**WHAT IS NEEDED:**
Which lines of the entries contain the word "IFCGEOMETRICREPRESENTATIONSUBCONTEXT"? Please list them.

**PROVIDED RECORDS:**
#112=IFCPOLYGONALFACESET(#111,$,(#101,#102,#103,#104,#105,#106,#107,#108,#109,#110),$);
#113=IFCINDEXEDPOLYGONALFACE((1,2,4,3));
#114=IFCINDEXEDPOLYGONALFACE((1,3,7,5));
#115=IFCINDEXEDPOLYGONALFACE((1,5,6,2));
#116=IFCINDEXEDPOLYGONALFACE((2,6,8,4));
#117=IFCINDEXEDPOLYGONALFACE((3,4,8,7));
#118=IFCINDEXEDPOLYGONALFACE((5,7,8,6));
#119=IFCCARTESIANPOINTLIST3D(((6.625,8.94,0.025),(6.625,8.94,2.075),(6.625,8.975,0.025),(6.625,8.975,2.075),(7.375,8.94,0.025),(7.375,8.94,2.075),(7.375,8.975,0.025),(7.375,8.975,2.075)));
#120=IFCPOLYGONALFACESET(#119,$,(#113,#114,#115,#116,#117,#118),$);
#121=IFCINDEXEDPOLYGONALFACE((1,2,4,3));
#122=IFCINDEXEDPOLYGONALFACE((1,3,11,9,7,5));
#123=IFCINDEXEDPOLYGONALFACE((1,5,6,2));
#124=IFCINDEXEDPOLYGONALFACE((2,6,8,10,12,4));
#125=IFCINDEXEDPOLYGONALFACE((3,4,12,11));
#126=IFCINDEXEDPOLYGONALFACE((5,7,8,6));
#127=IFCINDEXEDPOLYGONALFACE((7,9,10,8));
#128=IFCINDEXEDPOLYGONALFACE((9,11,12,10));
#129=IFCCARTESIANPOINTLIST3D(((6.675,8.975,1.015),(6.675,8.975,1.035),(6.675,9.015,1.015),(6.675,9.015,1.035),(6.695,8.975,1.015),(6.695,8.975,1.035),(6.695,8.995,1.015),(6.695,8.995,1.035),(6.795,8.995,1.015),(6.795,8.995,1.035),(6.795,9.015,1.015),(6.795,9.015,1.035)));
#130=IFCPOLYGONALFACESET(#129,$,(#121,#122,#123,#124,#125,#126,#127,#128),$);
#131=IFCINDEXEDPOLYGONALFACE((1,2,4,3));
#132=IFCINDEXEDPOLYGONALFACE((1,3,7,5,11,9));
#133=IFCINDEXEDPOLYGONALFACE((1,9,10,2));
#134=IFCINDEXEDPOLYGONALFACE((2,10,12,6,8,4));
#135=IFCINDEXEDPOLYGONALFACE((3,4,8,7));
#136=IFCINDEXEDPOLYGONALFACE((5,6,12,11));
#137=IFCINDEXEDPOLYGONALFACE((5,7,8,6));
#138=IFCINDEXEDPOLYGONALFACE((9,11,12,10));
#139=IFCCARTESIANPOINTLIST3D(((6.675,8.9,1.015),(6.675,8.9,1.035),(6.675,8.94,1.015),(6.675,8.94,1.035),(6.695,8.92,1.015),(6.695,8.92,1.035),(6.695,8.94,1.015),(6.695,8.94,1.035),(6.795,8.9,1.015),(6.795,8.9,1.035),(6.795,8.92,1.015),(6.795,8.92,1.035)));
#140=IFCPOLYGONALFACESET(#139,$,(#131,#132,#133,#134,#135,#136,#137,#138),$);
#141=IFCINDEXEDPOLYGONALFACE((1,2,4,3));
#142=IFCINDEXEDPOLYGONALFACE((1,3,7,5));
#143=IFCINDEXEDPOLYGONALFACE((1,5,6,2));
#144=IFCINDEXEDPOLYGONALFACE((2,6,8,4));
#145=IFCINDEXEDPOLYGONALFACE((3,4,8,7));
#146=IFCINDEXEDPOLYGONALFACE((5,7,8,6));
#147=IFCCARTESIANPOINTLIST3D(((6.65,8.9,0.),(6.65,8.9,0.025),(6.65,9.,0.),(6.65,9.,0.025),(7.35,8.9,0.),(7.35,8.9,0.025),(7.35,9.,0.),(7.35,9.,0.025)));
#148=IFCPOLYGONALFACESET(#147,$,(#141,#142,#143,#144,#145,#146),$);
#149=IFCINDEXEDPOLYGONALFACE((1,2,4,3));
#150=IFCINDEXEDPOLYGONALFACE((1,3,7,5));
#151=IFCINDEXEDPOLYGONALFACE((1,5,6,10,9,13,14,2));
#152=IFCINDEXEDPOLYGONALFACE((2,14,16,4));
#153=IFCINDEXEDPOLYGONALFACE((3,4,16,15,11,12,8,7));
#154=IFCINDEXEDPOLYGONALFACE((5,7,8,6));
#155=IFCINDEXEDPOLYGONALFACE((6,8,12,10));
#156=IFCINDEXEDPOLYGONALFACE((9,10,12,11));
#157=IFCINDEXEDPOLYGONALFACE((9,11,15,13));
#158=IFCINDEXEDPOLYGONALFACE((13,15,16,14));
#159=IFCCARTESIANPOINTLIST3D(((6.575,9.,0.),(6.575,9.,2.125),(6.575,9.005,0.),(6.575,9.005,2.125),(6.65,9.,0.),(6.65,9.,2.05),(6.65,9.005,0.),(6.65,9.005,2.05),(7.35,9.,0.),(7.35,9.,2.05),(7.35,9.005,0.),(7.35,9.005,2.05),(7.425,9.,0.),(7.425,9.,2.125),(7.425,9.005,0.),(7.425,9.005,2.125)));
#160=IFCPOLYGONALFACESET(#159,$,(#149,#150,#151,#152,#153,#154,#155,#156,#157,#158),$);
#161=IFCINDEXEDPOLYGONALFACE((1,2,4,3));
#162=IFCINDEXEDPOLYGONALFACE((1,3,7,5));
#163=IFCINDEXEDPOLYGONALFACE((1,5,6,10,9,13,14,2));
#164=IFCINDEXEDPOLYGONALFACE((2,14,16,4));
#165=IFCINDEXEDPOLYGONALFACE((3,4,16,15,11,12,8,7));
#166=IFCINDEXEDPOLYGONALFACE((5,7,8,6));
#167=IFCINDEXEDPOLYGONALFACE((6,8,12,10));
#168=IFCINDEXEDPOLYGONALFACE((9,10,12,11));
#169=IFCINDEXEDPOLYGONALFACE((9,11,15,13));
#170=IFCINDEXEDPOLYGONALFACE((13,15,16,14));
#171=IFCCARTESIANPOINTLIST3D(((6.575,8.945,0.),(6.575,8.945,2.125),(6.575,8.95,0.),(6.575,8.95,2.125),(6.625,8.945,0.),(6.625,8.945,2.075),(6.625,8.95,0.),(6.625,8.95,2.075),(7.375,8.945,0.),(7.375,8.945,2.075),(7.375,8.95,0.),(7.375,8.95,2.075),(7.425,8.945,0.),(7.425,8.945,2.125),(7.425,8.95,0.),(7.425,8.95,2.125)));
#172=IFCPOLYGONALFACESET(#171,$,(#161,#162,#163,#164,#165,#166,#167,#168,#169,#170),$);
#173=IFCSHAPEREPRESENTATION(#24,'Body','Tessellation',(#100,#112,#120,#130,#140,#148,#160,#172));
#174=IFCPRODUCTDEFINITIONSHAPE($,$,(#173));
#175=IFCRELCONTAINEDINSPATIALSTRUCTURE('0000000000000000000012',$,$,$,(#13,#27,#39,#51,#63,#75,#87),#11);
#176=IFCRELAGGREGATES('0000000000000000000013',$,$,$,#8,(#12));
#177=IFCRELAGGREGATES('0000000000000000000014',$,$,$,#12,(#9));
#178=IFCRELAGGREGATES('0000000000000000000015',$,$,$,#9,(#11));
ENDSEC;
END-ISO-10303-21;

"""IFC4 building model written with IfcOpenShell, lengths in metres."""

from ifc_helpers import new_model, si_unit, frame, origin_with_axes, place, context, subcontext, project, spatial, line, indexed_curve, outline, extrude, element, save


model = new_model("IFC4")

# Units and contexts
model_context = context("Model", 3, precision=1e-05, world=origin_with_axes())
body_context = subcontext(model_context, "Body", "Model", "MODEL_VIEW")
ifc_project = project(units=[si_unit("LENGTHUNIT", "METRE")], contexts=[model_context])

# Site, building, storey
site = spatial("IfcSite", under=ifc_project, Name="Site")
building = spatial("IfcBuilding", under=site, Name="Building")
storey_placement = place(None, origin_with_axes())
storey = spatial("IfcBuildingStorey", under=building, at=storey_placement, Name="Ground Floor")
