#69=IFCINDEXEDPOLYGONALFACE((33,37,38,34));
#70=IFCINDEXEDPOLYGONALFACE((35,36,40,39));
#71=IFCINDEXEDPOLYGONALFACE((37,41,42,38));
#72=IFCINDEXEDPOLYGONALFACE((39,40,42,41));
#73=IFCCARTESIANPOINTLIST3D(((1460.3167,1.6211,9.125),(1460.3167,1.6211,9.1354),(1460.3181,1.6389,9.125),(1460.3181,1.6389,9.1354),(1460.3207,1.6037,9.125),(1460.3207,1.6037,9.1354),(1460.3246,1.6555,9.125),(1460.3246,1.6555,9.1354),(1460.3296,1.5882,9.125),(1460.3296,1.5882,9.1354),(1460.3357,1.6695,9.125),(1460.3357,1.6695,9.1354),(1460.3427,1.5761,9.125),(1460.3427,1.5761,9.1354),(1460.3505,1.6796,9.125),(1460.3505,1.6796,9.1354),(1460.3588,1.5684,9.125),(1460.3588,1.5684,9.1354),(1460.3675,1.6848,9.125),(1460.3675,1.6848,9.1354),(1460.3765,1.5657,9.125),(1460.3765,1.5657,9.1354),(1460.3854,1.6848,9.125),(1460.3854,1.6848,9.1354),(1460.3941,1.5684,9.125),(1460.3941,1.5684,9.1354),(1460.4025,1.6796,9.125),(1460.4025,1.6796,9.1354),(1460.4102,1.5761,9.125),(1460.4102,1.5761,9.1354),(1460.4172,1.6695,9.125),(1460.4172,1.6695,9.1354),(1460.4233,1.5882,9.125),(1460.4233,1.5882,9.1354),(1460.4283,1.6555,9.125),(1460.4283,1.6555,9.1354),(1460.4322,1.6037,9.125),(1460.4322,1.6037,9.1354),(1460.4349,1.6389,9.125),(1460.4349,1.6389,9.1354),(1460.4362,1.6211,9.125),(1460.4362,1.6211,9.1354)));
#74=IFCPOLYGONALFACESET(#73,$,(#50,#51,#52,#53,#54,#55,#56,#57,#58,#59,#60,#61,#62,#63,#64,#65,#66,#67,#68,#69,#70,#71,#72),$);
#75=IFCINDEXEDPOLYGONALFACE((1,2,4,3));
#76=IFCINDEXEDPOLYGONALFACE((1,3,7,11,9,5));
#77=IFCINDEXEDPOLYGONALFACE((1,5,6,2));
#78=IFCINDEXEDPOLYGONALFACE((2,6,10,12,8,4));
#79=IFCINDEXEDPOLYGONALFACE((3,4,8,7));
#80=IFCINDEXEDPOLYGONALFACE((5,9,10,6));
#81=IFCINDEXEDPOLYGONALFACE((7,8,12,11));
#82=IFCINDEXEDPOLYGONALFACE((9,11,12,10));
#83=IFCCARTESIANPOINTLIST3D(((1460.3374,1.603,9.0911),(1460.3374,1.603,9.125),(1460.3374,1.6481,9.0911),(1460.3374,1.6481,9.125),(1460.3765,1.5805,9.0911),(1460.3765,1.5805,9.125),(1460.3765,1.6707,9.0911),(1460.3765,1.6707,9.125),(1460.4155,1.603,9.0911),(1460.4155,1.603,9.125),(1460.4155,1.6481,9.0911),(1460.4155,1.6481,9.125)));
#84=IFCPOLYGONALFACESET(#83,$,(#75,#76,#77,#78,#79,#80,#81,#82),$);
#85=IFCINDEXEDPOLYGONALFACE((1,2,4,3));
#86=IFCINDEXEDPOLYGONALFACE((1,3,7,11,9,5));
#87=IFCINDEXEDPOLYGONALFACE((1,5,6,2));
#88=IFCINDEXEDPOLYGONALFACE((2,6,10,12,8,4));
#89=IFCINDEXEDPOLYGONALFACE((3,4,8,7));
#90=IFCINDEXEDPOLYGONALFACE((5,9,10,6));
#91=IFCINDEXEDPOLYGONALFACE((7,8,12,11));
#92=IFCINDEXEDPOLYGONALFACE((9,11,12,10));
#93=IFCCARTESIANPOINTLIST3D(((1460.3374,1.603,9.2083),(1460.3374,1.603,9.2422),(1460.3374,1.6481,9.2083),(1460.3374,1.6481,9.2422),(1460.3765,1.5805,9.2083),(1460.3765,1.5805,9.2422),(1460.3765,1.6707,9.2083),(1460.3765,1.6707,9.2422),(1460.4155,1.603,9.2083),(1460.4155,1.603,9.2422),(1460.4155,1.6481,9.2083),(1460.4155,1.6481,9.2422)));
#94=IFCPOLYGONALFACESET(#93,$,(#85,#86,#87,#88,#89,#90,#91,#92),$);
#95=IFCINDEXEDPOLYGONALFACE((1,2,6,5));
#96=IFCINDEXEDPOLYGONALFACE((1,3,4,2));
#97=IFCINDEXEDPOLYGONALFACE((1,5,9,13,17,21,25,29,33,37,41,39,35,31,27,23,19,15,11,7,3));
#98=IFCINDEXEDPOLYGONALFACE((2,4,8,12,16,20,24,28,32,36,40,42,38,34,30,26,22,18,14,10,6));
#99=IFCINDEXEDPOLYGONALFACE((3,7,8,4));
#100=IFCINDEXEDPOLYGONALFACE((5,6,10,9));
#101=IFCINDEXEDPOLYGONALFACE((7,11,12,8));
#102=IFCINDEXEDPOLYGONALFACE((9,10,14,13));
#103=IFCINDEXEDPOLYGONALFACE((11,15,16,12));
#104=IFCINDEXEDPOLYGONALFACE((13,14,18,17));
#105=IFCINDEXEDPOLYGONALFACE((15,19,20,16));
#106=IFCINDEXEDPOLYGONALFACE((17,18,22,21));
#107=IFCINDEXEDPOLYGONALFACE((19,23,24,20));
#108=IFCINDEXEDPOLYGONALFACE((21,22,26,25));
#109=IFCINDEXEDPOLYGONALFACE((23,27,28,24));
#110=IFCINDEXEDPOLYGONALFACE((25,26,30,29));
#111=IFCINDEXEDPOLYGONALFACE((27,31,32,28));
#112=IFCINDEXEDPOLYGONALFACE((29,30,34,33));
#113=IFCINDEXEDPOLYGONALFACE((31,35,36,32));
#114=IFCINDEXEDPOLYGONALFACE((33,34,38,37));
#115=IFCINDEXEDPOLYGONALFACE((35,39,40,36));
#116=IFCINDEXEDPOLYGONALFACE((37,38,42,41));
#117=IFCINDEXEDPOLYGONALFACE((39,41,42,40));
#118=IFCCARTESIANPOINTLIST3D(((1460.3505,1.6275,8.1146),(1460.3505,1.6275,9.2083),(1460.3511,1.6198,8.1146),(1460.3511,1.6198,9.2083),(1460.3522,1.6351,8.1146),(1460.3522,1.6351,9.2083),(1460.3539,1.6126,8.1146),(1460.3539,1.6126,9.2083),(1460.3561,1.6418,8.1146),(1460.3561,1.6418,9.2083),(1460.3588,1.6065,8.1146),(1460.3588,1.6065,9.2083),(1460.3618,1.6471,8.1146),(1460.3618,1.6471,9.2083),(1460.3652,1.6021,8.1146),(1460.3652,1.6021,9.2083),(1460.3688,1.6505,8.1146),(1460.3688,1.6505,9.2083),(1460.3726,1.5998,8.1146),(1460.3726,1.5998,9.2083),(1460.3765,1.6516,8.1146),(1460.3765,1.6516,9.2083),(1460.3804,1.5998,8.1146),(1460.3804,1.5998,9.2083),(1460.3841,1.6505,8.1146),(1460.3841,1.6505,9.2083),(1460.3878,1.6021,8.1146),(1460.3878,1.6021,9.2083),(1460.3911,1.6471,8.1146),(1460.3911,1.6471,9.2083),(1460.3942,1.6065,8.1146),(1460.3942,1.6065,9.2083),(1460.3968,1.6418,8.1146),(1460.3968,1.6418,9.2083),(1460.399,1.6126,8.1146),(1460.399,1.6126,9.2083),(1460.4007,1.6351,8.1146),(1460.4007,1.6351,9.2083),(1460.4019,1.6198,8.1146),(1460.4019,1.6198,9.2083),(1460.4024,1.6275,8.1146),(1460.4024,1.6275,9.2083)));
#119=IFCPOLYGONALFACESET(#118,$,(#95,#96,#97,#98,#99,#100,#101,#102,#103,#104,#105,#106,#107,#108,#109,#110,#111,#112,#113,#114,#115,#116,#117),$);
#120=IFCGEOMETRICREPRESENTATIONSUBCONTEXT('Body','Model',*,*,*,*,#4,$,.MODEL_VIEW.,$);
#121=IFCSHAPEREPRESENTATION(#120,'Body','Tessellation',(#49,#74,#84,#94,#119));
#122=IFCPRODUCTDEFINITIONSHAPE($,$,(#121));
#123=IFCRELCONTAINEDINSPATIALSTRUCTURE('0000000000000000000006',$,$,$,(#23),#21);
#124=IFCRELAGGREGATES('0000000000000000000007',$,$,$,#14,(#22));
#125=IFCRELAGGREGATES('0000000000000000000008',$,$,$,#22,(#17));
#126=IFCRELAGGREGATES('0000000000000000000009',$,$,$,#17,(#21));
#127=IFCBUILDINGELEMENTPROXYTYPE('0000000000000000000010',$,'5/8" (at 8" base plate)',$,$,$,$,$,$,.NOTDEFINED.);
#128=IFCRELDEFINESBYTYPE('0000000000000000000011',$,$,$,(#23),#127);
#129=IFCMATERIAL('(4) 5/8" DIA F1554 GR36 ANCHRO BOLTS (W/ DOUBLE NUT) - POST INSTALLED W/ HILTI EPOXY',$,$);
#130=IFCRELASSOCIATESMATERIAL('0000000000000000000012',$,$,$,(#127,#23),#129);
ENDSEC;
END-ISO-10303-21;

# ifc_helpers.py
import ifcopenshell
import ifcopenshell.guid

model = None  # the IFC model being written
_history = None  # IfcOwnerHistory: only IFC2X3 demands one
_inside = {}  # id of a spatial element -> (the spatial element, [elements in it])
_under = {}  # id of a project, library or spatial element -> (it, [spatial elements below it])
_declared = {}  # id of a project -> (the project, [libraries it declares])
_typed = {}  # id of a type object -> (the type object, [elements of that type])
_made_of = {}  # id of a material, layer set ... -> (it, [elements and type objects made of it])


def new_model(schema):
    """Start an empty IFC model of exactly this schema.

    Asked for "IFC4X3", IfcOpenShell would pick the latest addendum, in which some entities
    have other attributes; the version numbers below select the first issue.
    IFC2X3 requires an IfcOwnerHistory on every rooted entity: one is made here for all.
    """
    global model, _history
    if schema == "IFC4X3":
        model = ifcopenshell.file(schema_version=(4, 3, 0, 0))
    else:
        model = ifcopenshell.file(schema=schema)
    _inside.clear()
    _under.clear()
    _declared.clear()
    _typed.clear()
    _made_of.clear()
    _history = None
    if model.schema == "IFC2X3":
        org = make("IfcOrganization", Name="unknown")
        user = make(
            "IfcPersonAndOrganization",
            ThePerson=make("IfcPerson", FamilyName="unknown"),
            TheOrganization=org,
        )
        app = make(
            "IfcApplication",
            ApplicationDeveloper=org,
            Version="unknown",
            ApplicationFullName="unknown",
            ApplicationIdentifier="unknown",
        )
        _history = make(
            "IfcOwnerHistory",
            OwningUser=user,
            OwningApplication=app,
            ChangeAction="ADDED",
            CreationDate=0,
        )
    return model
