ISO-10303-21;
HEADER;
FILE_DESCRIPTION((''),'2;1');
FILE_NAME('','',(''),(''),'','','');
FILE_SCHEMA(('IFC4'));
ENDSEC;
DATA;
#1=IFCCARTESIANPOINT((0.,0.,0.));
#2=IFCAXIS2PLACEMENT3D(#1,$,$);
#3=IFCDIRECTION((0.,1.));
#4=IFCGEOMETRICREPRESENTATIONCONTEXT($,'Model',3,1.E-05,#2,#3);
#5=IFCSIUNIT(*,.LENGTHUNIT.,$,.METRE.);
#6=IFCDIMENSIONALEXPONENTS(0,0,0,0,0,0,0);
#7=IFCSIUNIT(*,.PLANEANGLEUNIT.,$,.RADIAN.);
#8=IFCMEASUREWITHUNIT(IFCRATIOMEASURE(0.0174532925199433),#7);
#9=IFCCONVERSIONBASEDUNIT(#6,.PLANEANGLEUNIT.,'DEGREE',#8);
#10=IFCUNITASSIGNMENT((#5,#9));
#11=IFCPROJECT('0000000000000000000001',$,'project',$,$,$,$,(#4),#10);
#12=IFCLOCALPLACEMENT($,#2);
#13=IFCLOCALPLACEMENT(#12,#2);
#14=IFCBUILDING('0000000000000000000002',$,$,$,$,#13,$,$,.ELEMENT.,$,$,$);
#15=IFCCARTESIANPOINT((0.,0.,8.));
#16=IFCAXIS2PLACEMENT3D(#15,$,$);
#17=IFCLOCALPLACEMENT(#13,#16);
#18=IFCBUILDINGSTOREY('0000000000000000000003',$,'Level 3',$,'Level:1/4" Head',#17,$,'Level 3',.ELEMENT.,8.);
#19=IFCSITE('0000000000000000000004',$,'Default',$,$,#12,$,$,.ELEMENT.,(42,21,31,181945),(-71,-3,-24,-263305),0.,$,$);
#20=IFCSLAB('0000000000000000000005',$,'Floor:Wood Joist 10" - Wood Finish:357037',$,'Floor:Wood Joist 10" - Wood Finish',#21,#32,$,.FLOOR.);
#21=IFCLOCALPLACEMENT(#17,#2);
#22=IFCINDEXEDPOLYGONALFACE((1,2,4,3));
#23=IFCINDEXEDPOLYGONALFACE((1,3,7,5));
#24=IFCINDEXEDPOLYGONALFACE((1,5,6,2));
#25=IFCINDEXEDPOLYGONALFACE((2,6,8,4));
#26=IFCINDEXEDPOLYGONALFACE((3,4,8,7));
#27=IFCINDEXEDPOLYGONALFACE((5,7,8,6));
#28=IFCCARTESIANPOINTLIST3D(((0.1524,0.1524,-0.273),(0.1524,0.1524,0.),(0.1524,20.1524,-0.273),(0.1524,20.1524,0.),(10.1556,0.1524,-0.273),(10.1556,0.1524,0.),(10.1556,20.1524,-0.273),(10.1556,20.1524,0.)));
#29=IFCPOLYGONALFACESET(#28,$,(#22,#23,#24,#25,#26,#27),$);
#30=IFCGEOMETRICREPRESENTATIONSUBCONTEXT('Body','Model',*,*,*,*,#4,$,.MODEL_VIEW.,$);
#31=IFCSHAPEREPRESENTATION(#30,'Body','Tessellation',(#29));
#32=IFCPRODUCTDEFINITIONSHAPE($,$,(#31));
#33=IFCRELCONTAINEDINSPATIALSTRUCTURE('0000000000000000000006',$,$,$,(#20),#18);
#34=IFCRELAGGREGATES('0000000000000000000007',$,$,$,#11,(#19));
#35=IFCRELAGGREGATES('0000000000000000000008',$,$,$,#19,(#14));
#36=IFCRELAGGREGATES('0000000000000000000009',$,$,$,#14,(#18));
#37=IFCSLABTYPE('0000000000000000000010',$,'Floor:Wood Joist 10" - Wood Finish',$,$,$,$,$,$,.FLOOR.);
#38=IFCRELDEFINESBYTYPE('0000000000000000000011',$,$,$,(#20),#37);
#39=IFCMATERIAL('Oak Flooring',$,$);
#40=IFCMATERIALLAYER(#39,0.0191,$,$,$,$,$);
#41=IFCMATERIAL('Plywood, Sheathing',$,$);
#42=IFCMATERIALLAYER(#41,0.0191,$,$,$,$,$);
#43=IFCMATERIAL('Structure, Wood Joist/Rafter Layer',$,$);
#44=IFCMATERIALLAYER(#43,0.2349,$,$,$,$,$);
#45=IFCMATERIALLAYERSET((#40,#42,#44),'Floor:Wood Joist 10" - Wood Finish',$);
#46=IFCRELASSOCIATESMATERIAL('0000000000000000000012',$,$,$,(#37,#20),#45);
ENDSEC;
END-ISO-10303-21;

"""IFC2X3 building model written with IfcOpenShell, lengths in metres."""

from ifc_helpers import new_model, entity, si_unit, converted_unit, direction, frame, origin, origin_2d_with_axis, place, context, subcontext, project, spatial, rectangle, extrude, material, layer, layer_set, layer_usage, type_object, element, save


model = new_model("IFC2X3")

# Units and contexts
model_context = context("Model", 3, precision=1e-05, world=origin(), true_north=direction((0.0, 1.0)))
body_context = subcontext(model_context, "Body", "Model", "MODEL_VIEW")
ifc_project = project(units=[si_unit("LENGTHUNIT", "METRE"), converted_unit("PLANEANGLEUNIT", "DEGREE", entity("IfcRatioMeasure", 0.0174532925199433), si_unit("PLANEANGLEUNIT", "RADIAN"), dimensions=[0, 0, 0, 0, 0, 0, 0])], contexts=[model_context])

# Site, building, storey
site_placement = place(None, origin())
site = spatial("IfcSite", under=ifc_project, at=site_placement, Name="Default", CompositionType="ELEMENT", RefLatitude=(42, 21, 31, 181945), RefLongitude=(-71, -3, -24, -263305), RefElevation=0.0)
building_placement = place(site_placement, origin())
building = spatial("IfcBuilding", under=site, at=building_placement, CompositionType="ELEMENT")
storey_placement = place(building_placement, frame((0.0, 0.0, 8.0)))
storey = spatial("IfcBuildingStorey", under=building, at=storey_placement, Name="Level 3", ObjectType="Level:1/4\" Head", LongName="Level 3", CompositionType="ELEMENT", Elevation=8.0)

# Slab
ifc_material_1 = material(Name="Oak Flooring")
ifc_layer_1 = layer(ifc_material_1, 0.0191)
ifc_material_2 = material(Name="Plywood, Sheathing")
ifc_layer_2 = layer(ifc_material_2, 0.0191)
ifc_material_3 = material(Name="Structure, Wood Joist/Rafter Layer")
ifc_layer_3 = layer(ifc_material_3, 0.2349)
ifc_layer_set = layer_set([ifc_layer_1, ifc_layer_2, ifc_layer_3], Name="Floor:Wood Joist 10\" - Wood Finish")
ifc_layer_usage = layer_usage(ifc_layer_set, "AXIS3", "POSITIVE", 0.0)
slab_type = type_object("IfcSlabType", Name="Floor:Wood Joist 10\" - Wood Finish", PredefinedType="FLOOR", material=ifc_layer_set)
slab_placement = place(storey_placement, origin())
element("IfcSlab", 1, at=slab_placement, inside=storey, type_object=slab_type, material=ifc_layer_usage, Name="Floor:Wood Joist 10\" - Wood Finish:357037", ObjectType="Floor:Wood Joist 10\" - Wood Finish", PredefinedType="FLOOR", context=body_context, shape_type="SweptSolid", body=[
    extrude(rectangle(XDim=20.0, YDim=10.0032, at=origin_2d_with_axis()), frame((5.154, 10.1524, 0.0), z_axis=(0.0, 0.0, -1.0), x_axis=(0.0, 1.0, 0.0)), (0.0, 0.0, 1.0), 0.2731),
])

save(model, "model.ifc")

**RESPONSE AREA:**
#120=IFCGEOMETRICREPRESENTATIONSUBCONTEXT('Body','Model',*,*,*,*,#4,$,.MODEL_VIEW.,$);
#30=IFCGEOMETRICREPRESENTATIONSUBCONTEXT('Body','Model',*,*,*,*,#4,$,.MODEL_VIEW.,$);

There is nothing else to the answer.